Where does "outline" occur in the listing? Copy every line that holds it.

+++

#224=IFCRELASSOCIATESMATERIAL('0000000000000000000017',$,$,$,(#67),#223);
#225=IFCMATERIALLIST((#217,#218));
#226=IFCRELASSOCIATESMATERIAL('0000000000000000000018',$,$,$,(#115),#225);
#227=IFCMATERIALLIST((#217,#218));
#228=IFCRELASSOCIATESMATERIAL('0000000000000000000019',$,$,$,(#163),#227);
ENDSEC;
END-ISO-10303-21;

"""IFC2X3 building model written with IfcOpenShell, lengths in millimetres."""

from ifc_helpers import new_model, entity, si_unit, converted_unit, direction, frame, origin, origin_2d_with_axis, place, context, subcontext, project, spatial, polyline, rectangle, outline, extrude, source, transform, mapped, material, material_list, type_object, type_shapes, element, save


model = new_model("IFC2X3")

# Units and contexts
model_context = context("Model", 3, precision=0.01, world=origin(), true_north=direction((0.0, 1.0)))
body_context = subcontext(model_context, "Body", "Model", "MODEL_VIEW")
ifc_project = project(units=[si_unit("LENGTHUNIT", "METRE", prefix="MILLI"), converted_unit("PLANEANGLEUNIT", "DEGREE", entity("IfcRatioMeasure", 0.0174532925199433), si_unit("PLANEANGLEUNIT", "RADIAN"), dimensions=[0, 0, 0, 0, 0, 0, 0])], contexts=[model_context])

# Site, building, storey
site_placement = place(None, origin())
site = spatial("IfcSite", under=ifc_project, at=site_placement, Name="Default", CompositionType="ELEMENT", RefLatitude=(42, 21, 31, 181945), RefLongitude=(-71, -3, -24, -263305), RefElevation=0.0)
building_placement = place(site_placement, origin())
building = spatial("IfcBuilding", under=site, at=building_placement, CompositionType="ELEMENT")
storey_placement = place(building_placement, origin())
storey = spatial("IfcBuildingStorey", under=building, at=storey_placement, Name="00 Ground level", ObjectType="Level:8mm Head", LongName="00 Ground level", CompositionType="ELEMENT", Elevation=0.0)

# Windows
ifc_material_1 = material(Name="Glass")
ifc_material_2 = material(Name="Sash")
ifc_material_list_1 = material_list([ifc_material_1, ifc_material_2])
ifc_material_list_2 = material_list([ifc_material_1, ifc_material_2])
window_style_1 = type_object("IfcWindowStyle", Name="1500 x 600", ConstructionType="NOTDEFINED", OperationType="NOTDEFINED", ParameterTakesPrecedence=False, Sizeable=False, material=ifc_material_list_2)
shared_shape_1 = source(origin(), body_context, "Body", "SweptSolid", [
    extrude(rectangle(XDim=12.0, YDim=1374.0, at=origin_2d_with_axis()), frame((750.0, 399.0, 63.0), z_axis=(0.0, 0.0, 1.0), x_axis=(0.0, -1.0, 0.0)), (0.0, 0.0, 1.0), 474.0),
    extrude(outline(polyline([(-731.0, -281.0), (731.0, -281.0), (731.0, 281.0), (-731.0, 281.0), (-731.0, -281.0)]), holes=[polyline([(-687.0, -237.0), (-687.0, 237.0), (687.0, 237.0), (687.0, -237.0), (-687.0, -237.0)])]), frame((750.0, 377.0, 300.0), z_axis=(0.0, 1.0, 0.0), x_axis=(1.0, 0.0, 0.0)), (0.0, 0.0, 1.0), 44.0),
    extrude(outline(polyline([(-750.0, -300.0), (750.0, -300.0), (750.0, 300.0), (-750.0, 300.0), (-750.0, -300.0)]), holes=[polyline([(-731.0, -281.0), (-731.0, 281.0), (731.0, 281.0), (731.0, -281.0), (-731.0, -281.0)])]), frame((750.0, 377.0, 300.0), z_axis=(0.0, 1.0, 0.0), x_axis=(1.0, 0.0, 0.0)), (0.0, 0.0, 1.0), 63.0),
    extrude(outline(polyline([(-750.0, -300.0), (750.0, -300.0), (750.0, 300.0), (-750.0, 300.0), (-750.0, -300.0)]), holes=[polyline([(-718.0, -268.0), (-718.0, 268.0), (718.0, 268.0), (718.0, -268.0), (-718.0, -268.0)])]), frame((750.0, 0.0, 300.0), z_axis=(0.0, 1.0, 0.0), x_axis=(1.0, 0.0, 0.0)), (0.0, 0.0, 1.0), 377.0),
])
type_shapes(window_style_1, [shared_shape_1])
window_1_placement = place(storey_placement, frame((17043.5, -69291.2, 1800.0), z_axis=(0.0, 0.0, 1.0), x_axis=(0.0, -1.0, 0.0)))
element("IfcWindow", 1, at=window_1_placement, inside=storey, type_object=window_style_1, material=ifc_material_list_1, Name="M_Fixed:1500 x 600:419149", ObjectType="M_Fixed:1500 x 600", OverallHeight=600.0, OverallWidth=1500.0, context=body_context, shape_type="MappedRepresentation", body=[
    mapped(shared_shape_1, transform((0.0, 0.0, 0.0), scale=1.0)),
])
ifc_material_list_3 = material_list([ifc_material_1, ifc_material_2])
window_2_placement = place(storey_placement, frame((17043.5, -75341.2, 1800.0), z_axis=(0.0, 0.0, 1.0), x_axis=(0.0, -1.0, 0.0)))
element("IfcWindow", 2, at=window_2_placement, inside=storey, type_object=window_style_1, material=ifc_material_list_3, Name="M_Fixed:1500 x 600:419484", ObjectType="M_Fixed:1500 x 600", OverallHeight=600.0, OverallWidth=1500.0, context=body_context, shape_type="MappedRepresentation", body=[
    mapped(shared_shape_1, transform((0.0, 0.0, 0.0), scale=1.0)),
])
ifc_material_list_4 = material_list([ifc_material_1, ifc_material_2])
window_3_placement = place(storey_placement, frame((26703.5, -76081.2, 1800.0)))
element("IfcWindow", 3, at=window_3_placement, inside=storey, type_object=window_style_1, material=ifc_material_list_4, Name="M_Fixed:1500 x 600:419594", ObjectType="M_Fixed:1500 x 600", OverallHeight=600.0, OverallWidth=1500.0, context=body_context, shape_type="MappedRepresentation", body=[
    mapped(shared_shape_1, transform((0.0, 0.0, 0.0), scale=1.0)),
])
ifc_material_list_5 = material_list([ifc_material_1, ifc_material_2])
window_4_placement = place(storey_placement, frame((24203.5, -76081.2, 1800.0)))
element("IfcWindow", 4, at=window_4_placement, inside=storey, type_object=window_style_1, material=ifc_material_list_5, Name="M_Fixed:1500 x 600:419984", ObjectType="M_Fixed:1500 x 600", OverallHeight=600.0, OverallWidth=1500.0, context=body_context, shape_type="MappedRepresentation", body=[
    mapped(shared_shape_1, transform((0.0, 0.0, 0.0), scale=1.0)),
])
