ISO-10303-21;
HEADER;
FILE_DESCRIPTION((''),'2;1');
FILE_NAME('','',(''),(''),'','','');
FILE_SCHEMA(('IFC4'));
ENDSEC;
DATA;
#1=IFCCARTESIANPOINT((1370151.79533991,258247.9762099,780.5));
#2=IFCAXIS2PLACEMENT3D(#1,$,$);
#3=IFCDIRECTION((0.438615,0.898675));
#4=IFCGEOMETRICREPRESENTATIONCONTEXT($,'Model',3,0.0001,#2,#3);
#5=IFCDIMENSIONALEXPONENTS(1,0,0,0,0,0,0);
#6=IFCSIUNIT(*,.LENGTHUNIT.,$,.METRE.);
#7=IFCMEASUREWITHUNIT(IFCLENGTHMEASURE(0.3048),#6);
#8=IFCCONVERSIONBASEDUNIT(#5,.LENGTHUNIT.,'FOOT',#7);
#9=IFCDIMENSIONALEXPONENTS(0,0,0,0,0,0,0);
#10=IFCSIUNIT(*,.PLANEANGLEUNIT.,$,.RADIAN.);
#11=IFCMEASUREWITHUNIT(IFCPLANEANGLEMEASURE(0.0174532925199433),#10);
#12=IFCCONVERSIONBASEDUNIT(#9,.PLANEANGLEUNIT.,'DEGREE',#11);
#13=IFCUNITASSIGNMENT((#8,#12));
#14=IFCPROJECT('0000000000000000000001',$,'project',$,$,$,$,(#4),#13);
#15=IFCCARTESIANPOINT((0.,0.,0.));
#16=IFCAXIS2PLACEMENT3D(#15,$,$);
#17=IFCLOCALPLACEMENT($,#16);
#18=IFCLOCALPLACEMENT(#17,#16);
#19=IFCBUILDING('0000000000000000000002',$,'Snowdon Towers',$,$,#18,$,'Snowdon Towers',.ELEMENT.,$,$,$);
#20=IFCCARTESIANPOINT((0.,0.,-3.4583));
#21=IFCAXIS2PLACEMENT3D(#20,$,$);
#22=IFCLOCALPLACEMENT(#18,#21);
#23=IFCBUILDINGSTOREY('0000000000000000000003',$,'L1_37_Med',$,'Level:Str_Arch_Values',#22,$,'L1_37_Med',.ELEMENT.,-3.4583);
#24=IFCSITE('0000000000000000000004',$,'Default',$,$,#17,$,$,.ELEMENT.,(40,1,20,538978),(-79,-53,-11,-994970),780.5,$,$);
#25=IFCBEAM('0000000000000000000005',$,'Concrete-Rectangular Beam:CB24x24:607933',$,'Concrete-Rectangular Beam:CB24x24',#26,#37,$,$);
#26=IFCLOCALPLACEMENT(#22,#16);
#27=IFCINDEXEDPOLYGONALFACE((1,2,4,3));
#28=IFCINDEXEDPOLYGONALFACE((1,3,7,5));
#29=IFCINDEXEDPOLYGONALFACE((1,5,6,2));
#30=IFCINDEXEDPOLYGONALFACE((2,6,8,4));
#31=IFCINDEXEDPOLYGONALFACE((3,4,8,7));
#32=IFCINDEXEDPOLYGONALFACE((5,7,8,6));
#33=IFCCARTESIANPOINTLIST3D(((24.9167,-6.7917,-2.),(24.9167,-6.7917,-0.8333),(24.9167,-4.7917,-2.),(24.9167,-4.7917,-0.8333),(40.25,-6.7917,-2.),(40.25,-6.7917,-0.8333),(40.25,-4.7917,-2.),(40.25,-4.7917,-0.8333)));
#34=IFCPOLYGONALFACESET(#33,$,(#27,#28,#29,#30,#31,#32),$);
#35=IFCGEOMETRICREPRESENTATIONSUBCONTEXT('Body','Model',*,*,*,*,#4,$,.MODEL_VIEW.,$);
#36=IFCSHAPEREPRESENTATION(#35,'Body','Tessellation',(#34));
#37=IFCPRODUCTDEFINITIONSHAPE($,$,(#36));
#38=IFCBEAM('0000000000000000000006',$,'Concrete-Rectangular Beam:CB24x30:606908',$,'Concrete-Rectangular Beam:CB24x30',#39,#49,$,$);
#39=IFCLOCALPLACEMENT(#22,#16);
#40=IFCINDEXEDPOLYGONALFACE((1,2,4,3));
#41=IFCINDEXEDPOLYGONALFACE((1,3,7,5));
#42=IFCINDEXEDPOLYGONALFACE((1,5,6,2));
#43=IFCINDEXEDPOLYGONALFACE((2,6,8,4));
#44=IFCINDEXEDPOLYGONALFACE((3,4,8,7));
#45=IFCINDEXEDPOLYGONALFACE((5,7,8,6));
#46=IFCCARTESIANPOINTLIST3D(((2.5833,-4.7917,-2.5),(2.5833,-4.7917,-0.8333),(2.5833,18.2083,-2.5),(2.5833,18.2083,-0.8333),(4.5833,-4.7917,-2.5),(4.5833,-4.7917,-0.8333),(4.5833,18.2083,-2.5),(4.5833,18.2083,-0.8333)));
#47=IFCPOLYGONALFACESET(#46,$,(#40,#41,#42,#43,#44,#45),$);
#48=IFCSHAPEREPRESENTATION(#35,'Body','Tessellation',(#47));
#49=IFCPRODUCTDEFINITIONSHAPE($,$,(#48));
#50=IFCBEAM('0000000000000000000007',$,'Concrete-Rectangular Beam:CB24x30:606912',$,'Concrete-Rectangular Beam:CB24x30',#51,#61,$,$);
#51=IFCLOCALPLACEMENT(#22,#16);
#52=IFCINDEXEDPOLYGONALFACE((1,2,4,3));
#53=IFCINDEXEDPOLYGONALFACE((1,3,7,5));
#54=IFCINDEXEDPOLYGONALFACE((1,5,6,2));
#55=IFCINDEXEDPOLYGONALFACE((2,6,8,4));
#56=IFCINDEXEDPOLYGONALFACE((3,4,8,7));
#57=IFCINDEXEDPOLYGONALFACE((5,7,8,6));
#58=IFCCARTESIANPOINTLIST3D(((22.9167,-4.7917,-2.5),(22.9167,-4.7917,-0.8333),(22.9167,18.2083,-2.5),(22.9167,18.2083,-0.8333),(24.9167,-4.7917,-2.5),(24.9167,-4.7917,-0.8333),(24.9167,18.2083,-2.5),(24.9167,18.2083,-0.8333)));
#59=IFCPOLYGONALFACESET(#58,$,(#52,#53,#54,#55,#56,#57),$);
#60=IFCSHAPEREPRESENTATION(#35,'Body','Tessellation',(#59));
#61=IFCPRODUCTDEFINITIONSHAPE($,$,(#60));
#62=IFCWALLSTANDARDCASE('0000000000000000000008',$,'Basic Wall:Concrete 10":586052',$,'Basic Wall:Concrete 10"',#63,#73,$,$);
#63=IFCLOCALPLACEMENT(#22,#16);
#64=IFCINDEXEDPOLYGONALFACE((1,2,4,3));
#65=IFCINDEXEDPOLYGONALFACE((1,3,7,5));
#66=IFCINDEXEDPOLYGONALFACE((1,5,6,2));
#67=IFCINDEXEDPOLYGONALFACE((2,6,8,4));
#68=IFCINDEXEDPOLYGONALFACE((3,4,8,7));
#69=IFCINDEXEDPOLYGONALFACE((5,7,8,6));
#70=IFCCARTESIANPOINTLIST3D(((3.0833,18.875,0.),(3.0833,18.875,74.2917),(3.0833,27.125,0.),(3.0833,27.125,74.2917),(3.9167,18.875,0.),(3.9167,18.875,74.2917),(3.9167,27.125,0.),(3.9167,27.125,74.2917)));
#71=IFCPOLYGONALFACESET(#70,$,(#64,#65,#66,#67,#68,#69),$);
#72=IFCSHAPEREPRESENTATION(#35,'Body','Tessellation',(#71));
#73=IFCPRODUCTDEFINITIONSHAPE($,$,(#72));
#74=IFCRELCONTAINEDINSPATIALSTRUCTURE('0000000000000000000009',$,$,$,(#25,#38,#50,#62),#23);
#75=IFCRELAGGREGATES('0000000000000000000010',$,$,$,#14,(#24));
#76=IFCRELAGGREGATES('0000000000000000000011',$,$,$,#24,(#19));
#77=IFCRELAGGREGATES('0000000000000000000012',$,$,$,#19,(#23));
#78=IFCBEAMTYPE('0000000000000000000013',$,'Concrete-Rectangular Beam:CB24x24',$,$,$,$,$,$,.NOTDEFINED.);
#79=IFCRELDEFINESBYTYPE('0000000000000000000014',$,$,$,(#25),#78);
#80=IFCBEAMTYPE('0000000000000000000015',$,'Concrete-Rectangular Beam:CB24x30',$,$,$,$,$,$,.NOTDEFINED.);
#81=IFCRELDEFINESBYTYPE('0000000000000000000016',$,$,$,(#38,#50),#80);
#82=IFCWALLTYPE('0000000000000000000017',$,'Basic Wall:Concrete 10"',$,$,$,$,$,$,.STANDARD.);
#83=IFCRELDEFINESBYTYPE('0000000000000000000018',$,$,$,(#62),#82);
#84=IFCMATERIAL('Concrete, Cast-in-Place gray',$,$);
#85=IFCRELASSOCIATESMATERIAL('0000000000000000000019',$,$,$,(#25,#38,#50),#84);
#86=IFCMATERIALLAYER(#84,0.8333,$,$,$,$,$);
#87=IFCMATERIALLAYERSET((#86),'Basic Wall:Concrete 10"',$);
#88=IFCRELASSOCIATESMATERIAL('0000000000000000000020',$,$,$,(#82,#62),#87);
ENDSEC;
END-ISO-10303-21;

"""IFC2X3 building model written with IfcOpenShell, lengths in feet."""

from ifc_helpers import new_model, entity, si_unit, converted_unit, direction, frame, frame_2d, origin, place, context, subcontext, project, spatial, rectangle, extrude, material, layer, layer_set, layer_usage, type_object, element, save


model = new_model("IFC2X3")

# Units and contexts
model_context = context("Model", 3, precision=0.0001, world=frame((1370151.79533991, 258247.9762099, 780.5)), true_north=direction((0.438615, 0.898675)))
body_context = subcontext(model_context, "Body", "Model", "MODEL_VIEW")
ifc_project = project(units=[converted_unit("LENGTHUNIT", "FOOT", entity("IfcLengthMeasure", 0.3048), si_unit("LENGTHUNIT", "METRE"), dimensions=[1, 0, 0, 0, 0, 0, 0]), converted_unit("PLANEANGLEUNIT", "DEGREE", entity("IfcPlaneAngleMeasure", 0.0174532925199433), si_unit("PLANEANGLEUNIT", "RADIAN"), dimensions=[0, 0, 0, 0, 0, 0, 0])], contexts=[model_context])

# Site, building, storey
site_placement = place(None, origin())
site = spatial("IfcSite", under=ifc_project, at=site_placement, Name="Default", CompositionType="ELEMENT", RefLatitude=(40, 1, 20, 538978), RefLongitude=(-79, -53, -11, -994970), RefElevation=780.5)
building_placement = place(site_placement, origin())
building = spatial("IfcBuilding", under=site, at=building_placement, Name="Snowdon Towers", LongName="Snowdon Towers", CompositionType="ELEMENT")
storey_placement = place(building_placement, frame((0.0, 0.0, -3.4583)))
storey = spatial("IfcBuildingStorey", under=building, at=storey_placement, Name="L1_37_Med", ObjectType="Level:Str_Arch_Values", LongName="L1_37_Med", CompositionType="ELEMENT", Elevation=-3.4583)

# Beams
ifc_material_1 = material(Name="Concrete, Cast-in-Place gray")
beam_type_1 = type_object("IfcBeamType", Name="Concrete-Rectangular Beam:CB24x24", PredefinedType="NOTDEFINED")
beam_1_placement = place(storey_placement, frame((23.9167, -5.7917, 0.0)))
element("IfcBeam", 1, at=beam_1_placement, inside=storey, type_object=beam_type_1, material=ifc_material_1, Name="Concrete-Rectangular Beam:CB24x24:607933", ObjectType="Concrete-Rectangular Beam:CB24x24", context=body_context, shape_type="SweptSolid", body=[
    extrude(rectangle(XDim=1.1667, YDim=2.0, at=frame_2d((0.0, 0.0), x_axis=(1.0, 0.0))), frame((1.0, 0.0, -1.4167), z_axis=(1.0, 0.0, 0.0), x_axis=(0.0, 0.0, -1.0)), (0.0, 0.0, 1.0), 15.3333),
])
beam_type_2 = type_object("IfcBeamType", Name="Concrete-Rectangular Beam:CB24x30", PredefinedType="NOTDEFINED")
beam_2_placement = place(storey_placement, frame((3.5833, -5.7917, 0.0), z_axis=(0.0, 0.0, 1.0), x_axis=(0.0, 1.0, 0.0)))
element("IfcBeam", 2, at=beam_2_placement, inside=storey, type_object=beam_type_2, material=ifc_material_1, Name="Concrete-Rectangular Beam:CB24x30:606908", ObjectType="Concrete-Rectangular Beam:CB24x30", context=body_context, shape_type="SweptSolid", body=[
    extrude(rectangle(XDim=1.6667, YDim=2.0, at=frame_2d((0.0, 0.0), x_axis=(1.0, 0.0))), frame((1.0, 0.0, -1.6667), z_axis=(1.0, 0.0, 0.0), x_axis=(0.0, 0.0, -1.0)), (0.0, 0.0, 1.0), 23.0),
])
beam_3_placement = place(storey_placement, frame((23.9167, -5.7917, 0.0), z_axis=(0.0, 0.0, 1.0), x_axis=(0.0, 1.0, 0.0)))
element("IfcBeam", 3, at=beam_3_placement, inside=storey, type_object=beam_type_2, material=ifc_material_1, Name="Concrete-Rectangular Beam:CB24x30:606912", ObjectType="Concrete-Rectangular Beam:CB24x30", context=body_context, shape_type="SweptSolid", body=[
    extrude(rectangle(XDim=1.6667, YDim=2.0, at=frame_2d((0.0, 0.0), x_axis=(1.0, 0.0))), frame((1.0, 0.0, -1.6667), z_axis=(1.0, 0.0, 0.0), x_axis=(0.0, 0.0, -1.0)), (0.0, 0.0, 1.0), 23.0),
])

# Wall
ifc_layer_1 = layer(ifc_material_1, 0.8333)
ifc_layer_set_1 = layer_set([ifc_layer_1], Name="Basic Wall:Concrete 10\"")
ifc_layer_usage_1 = layer_usage(ifc_layer_set_1, "AXIS2", "POSITIVE", -0.4167)
wall_type = type_object("IfcWallType", Name="Basic Wall:Concrete 10\"", PredefinedType="STANDARD", material=ifc_layer_set_1)
wall_1_placement = place(storey_placement, frame((3.5, 27.125, 0.0), z_axis=(0.0, 0.0, 1.0), x_axis=(0.0, -1.0, 0.0)))
element("IfcWallStandardCase", 4, at=wall_1_placement, inside=storey, type_object=wall_type, material=ifc_layer_usage_1, Name="Basic Wall:Concrete 10\":586052", ObjectType="Basic Wall:Concrete 10\"", context=body_context, shape_type="SweptSolid", body=[
    extrude(rectangle(XDim=8.25, YDim=0.8333, at=frame_2d((4.125, 0.0), x_axis=(-1.0, 0.0))), origin(), (0.0, 0.0, 1.0), 74.2917),
])

save(model, "model.ifc")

+++

* [Output below]
from ifc_helpers import new_model, entity, si_unit, converted_unit, direction, frame, origin, origin_2d_with_axis, place, context, subcontext, project, spatial, polyline, rectangle, outline, extrude, source, transform, mapped, material, material_list, type_object, type_shapes, element, save
    extrude(outline(polyline([(-731.0, -281.0), (731.0, -281.0), (731.0, 281.0), (-731.0, 281.0), (-731.0, -281.0)]), holes=[polyline([(-687.0, -237.0), (-687.0, 237.0), (687.0, 237.0), (687.0, -237.0), (-687.0, -237.0)])]), frame((750.0, 377.0, 300.0), z_axis=(0.0, 1.0, 0.0), x_axis=(1.0, 0.0, 0.0)), (0.0, 0.0, 1.0), 44.0),
    extrude(outline(polyline([(-750.0, -300.0), (750.0, -300.0), (750.0, 300.0), (-750.0, 300.0), (-750.0, -300.0)]), holes=[polyline([(-731.0, -281.0), (-731.0, 281.0), (731.0, 281.0), (731.0, -281.0), (-731.0, -281.0)])]), frame((750.0, 377.0, 300.0), z_axis=(0.0, 1.0, 0.0), x_axis=(1.0, 0.0, 0.0)), (0.0, 0.0, 1.0), 63.0),
    extrude(outline(polyline([(-750.0, -300.0), (750.0, -300.0), (750.0, 300.0), (-750.0, 300.0), (-750.0, -300.0)]), holes=[polyline([(-718.0, -268.0), (-718.0, 268.0), (718.0, 268.0), (718.0, -268.0), (-718.0, -268.0)])]), frame((750.0, 0.0, 300.0), z_axis=(0.0, 1.0, 0.0), x_axis=(1.0, 0.0, 0.0)), (0.0, 0.0, 1.0), 377.0),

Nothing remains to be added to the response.